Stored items

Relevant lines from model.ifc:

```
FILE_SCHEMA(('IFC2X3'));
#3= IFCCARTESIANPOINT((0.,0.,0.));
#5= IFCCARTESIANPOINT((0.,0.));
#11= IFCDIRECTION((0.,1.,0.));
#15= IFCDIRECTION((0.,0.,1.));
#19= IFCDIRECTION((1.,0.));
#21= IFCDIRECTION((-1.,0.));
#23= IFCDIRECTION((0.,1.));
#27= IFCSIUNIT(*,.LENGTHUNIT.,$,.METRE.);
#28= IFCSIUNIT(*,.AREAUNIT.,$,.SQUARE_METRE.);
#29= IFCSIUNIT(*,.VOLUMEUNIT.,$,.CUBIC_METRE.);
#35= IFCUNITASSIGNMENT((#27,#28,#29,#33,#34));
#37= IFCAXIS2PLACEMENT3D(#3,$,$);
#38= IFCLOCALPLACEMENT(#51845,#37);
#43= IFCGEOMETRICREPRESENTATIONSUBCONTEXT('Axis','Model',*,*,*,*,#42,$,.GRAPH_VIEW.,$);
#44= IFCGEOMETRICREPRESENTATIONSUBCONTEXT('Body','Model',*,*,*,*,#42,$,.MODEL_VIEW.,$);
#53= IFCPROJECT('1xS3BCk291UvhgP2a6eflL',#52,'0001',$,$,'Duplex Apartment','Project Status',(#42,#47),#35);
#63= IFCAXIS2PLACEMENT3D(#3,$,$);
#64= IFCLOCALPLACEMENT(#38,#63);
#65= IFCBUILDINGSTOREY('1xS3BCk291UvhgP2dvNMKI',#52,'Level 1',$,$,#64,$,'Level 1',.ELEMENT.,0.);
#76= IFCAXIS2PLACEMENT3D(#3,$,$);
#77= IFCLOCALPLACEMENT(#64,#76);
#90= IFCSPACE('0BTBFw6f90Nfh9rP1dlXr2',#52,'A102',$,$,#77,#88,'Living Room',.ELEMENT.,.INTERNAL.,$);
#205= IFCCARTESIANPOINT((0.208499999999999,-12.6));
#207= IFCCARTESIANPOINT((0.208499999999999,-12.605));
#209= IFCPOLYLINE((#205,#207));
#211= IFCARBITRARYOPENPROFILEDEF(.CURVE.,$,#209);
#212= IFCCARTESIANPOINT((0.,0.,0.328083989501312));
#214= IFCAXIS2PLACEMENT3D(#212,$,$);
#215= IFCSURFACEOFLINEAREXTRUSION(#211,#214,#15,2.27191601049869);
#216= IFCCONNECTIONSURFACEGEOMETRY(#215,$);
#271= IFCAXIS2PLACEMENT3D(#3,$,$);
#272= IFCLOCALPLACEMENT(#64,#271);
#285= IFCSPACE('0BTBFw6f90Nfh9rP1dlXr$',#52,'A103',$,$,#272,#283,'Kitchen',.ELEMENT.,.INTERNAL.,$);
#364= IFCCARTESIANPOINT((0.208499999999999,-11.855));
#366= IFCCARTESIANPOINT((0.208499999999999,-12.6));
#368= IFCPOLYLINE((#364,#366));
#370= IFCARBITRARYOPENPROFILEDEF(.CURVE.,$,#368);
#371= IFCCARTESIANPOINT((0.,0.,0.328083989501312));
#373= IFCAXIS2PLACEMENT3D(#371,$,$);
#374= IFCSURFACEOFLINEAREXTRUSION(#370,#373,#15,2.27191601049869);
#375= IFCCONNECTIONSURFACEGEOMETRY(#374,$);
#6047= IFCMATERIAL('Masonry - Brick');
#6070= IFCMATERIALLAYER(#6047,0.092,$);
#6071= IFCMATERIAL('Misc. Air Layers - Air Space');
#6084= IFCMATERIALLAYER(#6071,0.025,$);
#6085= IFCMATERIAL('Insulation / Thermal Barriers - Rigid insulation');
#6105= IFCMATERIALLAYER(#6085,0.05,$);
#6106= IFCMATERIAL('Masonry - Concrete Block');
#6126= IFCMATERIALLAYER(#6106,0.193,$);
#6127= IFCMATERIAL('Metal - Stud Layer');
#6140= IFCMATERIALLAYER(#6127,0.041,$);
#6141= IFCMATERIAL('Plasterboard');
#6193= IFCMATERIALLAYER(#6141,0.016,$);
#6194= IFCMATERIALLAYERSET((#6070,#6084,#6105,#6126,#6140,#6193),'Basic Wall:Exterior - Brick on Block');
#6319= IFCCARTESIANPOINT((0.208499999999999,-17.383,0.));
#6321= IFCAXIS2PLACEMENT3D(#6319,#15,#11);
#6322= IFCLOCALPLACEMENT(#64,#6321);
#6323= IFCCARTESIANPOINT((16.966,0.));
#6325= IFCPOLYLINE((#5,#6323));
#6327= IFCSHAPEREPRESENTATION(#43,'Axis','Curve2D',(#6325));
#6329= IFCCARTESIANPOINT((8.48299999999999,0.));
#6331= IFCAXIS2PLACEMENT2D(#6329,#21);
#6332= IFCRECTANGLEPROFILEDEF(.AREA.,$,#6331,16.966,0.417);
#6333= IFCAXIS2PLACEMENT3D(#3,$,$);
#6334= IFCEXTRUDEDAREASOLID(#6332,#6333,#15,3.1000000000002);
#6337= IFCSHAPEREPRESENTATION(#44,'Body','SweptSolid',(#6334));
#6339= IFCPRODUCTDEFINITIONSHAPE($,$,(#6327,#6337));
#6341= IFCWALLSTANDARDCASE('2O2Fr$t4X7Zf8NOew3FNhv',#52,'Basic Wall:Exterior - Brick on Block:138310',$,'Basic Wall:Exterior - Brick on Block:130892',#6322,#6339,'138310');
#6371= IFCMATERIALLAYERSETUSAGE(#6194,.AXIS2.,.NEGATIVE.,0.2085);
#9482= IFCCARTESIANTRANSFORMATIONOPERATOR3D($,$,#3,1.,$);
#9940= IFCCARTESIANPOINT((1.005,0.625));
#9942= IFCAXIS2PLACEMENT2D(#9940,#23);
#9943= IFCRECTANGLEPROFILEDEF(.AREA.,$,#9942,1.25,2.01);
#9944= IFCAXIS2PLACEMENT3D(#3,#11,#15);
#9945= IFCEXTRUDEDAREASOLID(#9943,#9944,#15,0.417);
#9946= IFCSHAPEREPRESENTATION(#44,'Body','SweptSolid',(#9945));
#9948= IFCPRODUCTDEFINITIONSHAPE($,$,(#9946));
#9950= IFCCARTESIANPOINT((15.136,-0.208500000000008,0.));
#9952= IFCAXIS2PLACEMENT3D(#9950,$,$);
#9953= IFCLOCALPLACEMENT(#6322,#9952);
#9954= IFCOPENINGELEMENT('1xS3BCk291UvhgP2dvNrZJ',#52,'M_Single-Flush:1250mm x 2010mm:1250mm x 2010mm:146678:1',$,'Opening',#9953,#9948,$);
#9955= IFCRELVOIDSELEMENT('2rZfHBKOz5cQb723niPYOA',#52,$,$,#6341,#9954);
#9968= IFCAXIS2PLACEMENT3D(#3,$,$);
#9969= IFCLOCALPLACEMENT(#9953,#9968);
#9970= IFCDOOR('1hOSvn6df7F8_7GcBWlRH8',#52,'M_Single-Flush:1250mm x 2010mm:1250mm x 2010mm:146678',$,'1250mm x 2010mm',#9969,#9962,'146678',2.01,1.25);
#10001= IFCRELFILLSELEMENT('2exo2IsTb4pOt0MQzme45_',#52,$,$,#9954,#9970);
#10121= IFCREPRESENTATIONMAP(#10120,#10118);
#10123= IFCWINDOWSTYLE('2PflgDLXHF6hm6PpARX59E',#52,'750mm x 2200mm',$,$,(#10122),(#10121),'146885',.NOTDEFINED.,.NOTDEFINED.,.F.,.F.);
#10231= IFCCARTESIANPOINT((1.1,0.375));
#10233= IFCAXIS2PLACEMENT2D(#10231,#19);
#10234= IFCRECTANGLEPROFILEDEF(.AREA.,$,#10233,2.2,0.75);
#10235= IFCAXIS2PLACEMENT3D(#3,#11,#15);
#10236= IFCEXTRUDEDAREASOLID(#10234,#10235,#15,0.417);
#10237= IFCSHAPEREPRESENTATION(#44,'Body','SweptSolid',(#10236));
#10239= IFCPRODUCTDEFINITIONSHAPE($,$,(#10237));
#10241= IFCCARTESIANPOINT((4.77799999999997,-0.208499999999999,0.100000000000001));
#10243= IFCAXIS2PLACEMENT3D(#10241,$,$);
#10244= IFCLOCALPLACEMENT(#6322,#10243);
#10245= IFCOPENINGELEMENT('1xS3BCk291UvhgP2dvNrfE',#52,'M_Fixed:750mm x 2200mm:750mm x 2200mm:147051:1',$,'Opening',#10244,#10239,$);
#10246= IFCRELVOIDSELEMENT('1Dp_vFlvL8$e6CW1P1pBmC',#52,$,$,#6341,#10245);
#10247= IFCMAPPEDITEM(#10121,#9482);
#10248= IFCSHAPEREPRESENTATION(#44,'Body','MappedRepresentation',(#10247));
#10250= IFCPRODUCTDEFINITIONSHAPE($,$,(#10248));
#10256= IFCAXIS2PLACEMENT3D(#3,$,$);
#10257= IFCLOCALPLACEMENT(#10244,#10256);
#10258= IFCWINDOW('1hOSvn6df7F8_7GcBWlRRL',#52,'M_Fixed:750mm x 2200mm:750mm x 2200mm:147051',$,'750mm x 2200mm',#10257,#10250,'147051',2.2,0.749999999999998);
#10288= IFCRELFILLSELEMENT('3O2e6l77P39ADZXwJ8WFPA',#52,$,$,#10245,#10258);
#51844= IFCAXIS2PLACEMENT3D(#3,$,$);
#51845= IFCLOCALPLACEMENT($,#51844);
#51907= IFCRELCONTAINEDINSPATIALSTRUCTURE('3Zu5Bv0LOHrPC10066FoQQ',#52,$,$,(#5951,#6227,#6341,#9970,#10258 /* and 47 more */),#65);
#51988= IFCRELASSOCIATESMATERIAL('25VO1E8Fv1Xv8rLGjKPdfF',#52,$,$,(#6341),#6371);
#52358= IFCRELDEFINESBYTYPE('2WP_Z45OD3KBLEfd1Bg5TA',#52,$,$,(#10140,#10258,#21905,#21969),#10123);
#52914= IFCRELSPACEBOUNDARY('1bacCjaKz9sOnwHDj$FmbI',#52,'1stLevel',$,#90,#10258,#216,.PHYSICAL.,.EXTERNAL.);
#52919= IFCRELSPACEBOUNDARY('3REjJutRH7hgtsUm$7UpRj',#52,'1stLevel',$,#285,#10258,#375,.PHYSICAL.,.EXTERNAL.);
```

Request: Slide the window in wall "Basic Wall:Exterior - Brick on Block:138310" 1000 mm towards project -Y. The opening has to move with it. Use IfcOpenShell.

```python
import numpy as np
import ifcopenshell
import ifcopenshell.api.geometry
import ifcopenshell.util.placement
import ifcopenshell.util.unit

model = ifcopenshell.open("model.ifc")
unit_scale = ifcopenshell.util.unit.calculate_unit_scale(model)

window = model.by_guid("1hOSvn6df7F8_7GcBWlRRL")
opening = window.FillsVoids[0].RelatingOpeningElement
wall = opening.VoidsElements[0].RelatingBuildingElement

wall_matrix = ifcopenshell.util.placement.get_local_placement(wall.ObjectPlacement)
shift = wall_matrix[:3, 0] * -1 / unit_scale
before = ifcopenshell.util.placement.get_local_placement(window.ObjectPlacement)[:3, 3].copy()

# The window is placed relative to its opening, so it follows when the opening moves.
matrix = ifcopenshell.util.placement.get_local_placement(opening.ObjectPlacement)
matrix[:3, 3] += shift
ifcopenshell.api.geometry.edit_object_placement(
    model, product=opening, matrix=matrix, is_si=False, should_transform_children=True
)

# Space boundary surfaces are stored in each space's coordinates; move them too.
for rel in window.ProvidesBoundaries:
    if not rel.ConnectionGeometry:
        continue
    surface = rel.ConnectionGeometry.SurfaceOnRelatingElement
    space_matrix = ifcopenshell.util.placement.get_local_placement(rel.RelatingSpace.ObjectPlacement)
    point = np.array(surface.Position.Location.Coordinates) + space_matrix[:3, :3].T @ shift
    surface.Position = model.createIfcAxis2Placement3D(
        model.createIfcCartesianPoint(point.tolist()), surface.Position.Axis, surface.Position.RefDirection
    )

after = ifcopenshell.util.placement.get_local_placement(window.ObjectPlacement)[:3, 3]
print("window moved by", (after - before).round(3) + 0.0)

model.write("model_v2.ifc")
```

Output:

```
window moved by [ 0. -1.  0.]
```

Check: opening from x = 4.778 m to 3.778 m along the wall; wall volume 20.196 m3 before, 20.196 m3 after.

* **Exercise instructions**
What lines of the data include the word "from"? Copy each of them.

* **Solution below**
Relevant lines from model.ifc:
Check: opening from x = 4.778 m to 3.778 m along the wall; wall volume 20.196 m3 before, 20.196 m3 after.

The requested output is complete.